* Problem to solve *
Every record shown below is to be output exactly.

=== Supplied records ===

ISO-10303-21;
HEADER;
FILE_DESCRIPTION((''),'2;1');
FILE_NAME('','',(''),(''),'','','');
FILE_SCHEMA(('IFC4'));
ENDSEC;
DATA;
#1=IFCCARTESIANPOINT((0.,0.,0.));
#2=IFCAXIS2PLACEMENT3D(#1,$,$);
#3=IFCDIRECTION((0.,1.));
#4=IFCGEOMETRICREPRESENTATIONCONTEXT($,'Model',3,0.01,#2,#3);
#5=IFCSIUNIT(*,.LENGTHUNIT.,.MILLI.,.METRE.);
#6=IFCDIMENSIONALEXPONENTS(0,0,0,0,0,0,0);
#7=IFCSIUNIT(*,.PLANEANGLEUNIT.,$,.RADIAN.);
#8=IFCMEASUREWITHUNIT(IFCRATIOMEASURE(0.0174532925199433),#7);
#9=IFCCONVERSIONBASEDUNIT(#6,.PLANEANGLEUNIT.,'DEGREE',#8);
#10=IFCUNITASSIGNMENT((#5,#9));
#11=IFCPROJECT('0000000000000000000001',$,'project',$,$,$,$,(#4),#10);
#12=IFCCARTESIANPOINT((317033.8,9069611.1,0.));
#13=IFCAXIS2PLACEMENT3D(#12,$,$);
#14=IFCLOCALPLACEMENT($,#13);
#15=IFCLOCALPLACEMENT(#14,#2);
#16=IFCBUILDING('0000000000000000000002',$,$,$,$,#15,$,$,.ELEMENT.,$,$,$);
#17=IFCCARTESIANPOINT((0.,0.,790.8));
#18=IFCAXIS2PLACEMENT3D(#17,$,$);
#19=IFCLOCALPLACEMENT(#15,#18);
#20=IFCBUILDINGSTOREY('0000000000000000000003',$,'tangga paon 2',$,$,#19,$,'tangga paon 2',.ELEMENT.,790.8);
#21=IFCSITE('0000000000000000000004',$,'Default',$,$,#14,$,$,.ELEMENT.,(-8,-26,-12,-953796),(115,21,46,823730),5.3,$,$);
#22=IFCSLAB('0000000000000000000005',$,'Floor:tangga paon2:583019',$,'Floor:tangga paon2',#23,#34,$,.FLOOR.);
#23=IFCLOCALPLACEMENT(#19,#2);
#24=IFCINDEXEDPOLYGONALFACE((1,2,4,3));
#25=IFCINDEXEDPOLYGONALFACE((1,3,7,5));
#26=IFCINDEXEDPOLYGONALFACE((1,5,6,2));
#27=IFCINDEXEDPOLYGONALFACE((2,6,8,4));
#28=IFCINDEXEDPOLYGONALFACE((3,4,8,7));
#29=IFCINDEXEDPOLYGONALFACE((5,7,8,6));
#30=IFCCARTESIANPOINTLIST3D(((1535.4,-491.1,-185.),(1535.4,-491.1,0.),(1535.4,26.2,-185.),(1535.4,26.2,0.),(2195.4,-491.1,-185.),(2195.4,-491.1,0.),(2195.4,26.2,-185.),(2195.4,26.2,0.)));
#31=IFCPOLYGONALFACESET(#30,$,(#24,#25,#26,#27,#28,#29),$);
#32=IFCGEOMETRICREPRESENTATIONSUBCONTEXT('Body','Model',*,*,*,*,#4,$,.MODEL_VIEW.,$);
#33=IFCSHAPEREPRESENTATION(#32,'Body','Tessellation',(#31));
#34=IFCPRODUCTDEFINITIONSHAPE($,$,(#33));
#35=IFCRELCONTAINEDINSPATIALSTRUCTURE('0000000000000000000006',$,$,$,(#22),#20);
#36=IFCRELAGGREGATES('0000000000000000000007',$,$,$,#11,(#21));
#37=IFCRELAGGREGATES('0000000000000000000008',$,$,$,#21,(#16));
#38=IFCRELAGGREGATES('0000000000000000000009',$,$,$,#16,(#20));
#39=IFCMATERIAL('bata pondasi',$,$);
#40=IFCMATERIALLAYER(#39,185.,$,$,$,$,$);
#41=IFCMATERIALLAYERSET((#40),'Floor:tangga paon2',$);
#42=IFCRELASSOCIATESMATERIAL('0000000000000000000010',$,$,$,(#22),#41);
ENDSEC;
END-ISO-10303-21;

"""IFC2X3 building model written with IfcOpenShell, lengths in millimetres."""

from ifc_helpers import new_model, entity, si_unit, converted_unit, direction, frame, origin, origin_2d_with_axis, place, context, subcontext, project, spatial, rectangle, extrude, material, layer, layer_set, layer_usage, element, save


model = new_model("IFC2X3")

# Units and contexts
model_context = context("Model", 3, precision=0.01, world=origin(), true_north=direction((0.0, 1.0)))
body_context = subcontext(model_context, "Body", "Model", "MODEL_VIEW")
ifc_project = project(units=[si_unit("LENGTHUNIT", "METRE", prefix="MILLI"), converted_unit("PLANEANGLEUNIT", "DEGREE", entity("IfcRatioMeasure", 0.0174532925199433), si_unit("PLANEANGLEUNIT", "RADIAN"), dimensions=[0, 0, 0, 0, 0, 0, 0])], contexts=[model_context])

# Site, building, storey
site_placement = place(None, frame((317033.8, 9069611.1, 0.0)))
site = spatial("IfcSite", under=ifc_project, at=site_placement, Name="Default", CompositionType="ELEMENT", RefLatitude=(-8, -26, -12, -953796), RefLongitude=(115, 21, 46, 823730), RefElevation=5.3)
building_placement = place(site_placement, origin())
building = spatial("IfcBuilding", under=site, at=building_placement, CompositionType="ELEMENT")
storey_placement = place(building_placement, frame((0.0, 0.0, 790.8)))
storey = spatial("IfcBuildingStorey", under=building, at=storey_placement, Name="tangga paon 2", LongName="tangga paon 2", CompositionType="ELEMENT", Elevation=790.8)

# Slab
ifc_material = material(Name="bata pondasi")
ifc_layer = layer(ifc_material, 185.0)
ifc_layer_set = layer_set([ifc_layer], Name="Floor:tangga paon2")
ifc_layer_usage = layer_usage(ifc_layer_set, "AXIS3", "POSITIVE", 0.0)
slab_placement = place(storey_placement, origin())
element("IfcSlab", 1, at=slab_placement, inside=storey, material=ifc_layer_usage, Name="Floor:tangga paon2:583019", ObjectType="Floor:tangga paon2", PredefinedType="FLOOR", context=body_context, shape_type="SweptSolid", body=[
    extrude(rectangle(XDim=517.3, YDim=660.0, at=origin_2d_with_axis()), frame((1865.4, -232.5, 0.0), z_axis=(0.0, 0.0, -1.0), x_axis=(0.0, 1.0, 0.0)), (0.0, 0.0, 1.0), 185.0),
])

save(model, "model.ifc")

===

* Output for this exercise *
ISO-10303-21;
HEADER;
FILE_DESCRIPTION((''),'2;1');
FILE_NAME('','',(''),(''),'','','');
FILE_SCHEMA(('IFC4'));
ENDSEC;
DATA;
#1=IFCCARTESIANPOINT((0.,0.,0.));
#2=IFCAXIS2PLACEMENT3D(#1,$,$);
#3=IFCDIRECTION((0.,1.));
#4=IFCGEOMETRICREPRESENTATIONCONTEXT($,'Model',3,0.01,#2,#3);
#5=IFCSIUNIT(*,.LENGTHUNIT.,.MILLI.,.METRE.);
#6=IFCDIMENSIONALEXPONENTS(0,0,0,0,0,0,0);
#7=IFCSIUNIT(*,.PLANEANGLEUNIT.,$,.RADIAN.);
#8=IFCMEASUREWITHUNIT(IFCRATIOMEASURE(0.0174532925199433),#7);
#9=IFCCONVERSIONBASEDUNIT(#6,.PLANEANGLEUNIT.,'DEGREE',#8);
#10=IFCUNITASSIGNMENT((#5,#9));
#11=IFCPROJECT('0000000000000000000001',$,'project',$,$,$,$,(#4),#10);
#12=IFCCARTESIANPOINT((317033.8,9069611.1,0.));
#13=IFCAXIS2PLACEMENT3D(#12,$,$);
#14=IFCLOCALPLACEMENT($,#13);
#15=IFCLOCALPLACEMENT(#14,#2);
#16=IFCBUILDING('0000000000000000000002',$,$,$,$,#15,$,$,.ELEMENT.,$,$,$);
#17=IFCCARTESIANPOINT((0.,0.,790.8));
#18=IFCAXIS2PLACEMENT3D(#17,$,$);
#19=IFCLOCALPLACEMENT(#15,#18);
#20=IFCBUILDINGSTOREY('0000000000000000000003',$,'tangga paon 2',$,$,#19,$,'tangga paon 2',.ELEMENT.,790.8);
#21=IFCSITE('0000000000000000000004',$,'Default',$,$,#14,$,$,.ELEMENT.,(-8,-26,-12,-953796),(115,21,46,823730),5.3,$,$);
#22=IFCSLAB('0000000000000000000005',$,'Floor:tangga paon2:583019',$,'Floor:tangga paon2',#23,#34,$,.FLOOR.);
#23=IFCLOCALPLACEMENT(#19,#2);
#24=IFCINDEXEDPOLYGONALFACE((1,2,4,3));
#25=IFCINDEXEDPOLYGONALFACE((1,3,7,5));
#26=IFCINDEXEDPOLYGONALFACE((1,5,6,2));
#27=IFCINDEXEDPOLYGONALFACE((2,6,8,4));
#28=IFCINDEXEDPOLYGONALFACE((3,4,8,7));
#29=IFCINDEXEDPOLYGONALFACE((5,7,8,6));
#30=IFCCARTESIANPOINTLIST3D(((1535.4,-491.1,-185.),(1535.4,-491.1,0.),(1535.4,26.2,-185.),(1535.4,26.2,0.),(2195.4,-491.1,-185.),(2195.4,-491.1,0.),(2195.4,26.2,-185.),(2195.4,26.2,0.)));
#31=IFCPOLYGONALFACESET(#30,$,(#24,#25,#26,#27,#28,#29),$);
#32=IFCGEOMETRICREPRESENTATIONSUBCONTEXT('Body','Model',*,*,*,*,#4,$,.MODEL_VIEW.,$);
#33=IFCSHAPEREPRESENTATION(#32,'Body','Tessellation',(#31));
#34=IFCPRODUCTDEFINITIONSHAPE($,$,(#33));
#35=IFCRELCONTAINEDINSPATIALSTRUCTURE('0000000000000000000006',$,$,$,(#22),#20);
#36=IFCRELAGGREGATES('0000000000000000000007',$,$,$,#11,(#21));
#37=IFCRELAGGREGATES('0000000000000000000008',$,$,$,#21,(#16));
#38=IFCRELAGGREGATES('0000000000000000000009',$,$,$,#16,(#20));
#39=IFCMATERIAL('bata pondasi',$,$);
#40=IFCMATERIALLAYER(#39,185.,$,$,$,$,$);
#41=IFCMATERIALLAYERSET((#40),'Floor:tangga paon2',$);
#42=IFCRELASSOCIATESMATERIAL('0000000000000000000010',$,$,$,(#22),#41);
ENDSEC;
END-ISO-10303-21;

"""IFC2X3 building model written with IfcOpenShell, lengths in millimetres."""

from ifc_helpers import new_model, entity, si_unit, converted_unit, direction, frame, origin, origin_2d_with_axis, place, context, subcontext, project, spatial, rectangle, extrude, material, layer, layer_set, layer_usage, element, save


model = new_model("IFC2X3")

# Units and contexts
model_context = context("Model", 3, precision=0.01, world=origin(), true_north=direction((0.0, 1.0)))
body_context = subcontext(model_context, "Body", "Model", "MODEL_VIEW")
ifc_project = project(units=[si_unit("LENGTHUNIT", "METRE", prefix="MILLI"), converted_unit("PLANEANGLEUNIT", "DEGREE", entity("IfcRatioMeasure", 0.0174532925199433), si_unit("PLANEANGLEUNIT", "RADIAN"), dimensions=[0, 0, 0, 0, 0, 0, 0])], contexts=[model_context])

# Site, building, storey
site_placement = place(None, frame((317033.8, 9069611.1, 0.0)))
site = spatial("IfcSite", under=ifc_project, at=site_placement, Name="Default", CompositionType="ELEMENT", RefLatitude=(-8, -26, -12, -953796), RefLongitude=(115, 21, 46, 823730), RefElevation=5.3)
building_placement = place(site_placement, origin())
building = spatial("IfcBuilding", under=site, at=building_placement, CompositionType="ELEMENT")
storey_placement = place(building_placement, frame((0.0, 0.0, 790.8)))
storey = spatial("IfcBuildingStorey", under=building, at=storey_placement, Name="tangga paon 2", LongName="tangga paon 2", CompositionType="ELEMENT", Elevation=790.8)

# Slab
ifc_material = material(Name="bata pondasi")
ifc_layer = layer(ifc_material, 185.0)
ifc_layer_set = layer_set([ifc_layer], Name="Floor:tangga paon2")
ifc_layer_usage = layer_usage(ifc_layer_set, "AXIS3", "POSITIVE", 0.0)
slab_placement = place(storey_placement, origin())
element("IfcSlab", 1, at=slab_placement, inside=storey, material=ifc_layer_usage, Name="Floor:tangga paon2:583019", ObjectType="Floor:tangga paon2", PredefinedType="FLOOR", context=body_context, shape_type="SweptSolid", body=[
    extrude(rectangle(XDim=517.3, YDim=660.0, at=origin_2d_with_axis()), frame((1865.4, -232.5, 0.0), z_axis=(0.0, 0.0, -1.0), x_axis=(0.0, 1.0, 0.0)), (0.0, 0.0, 1.0), 185.0),
])

save(model, "model.ifc")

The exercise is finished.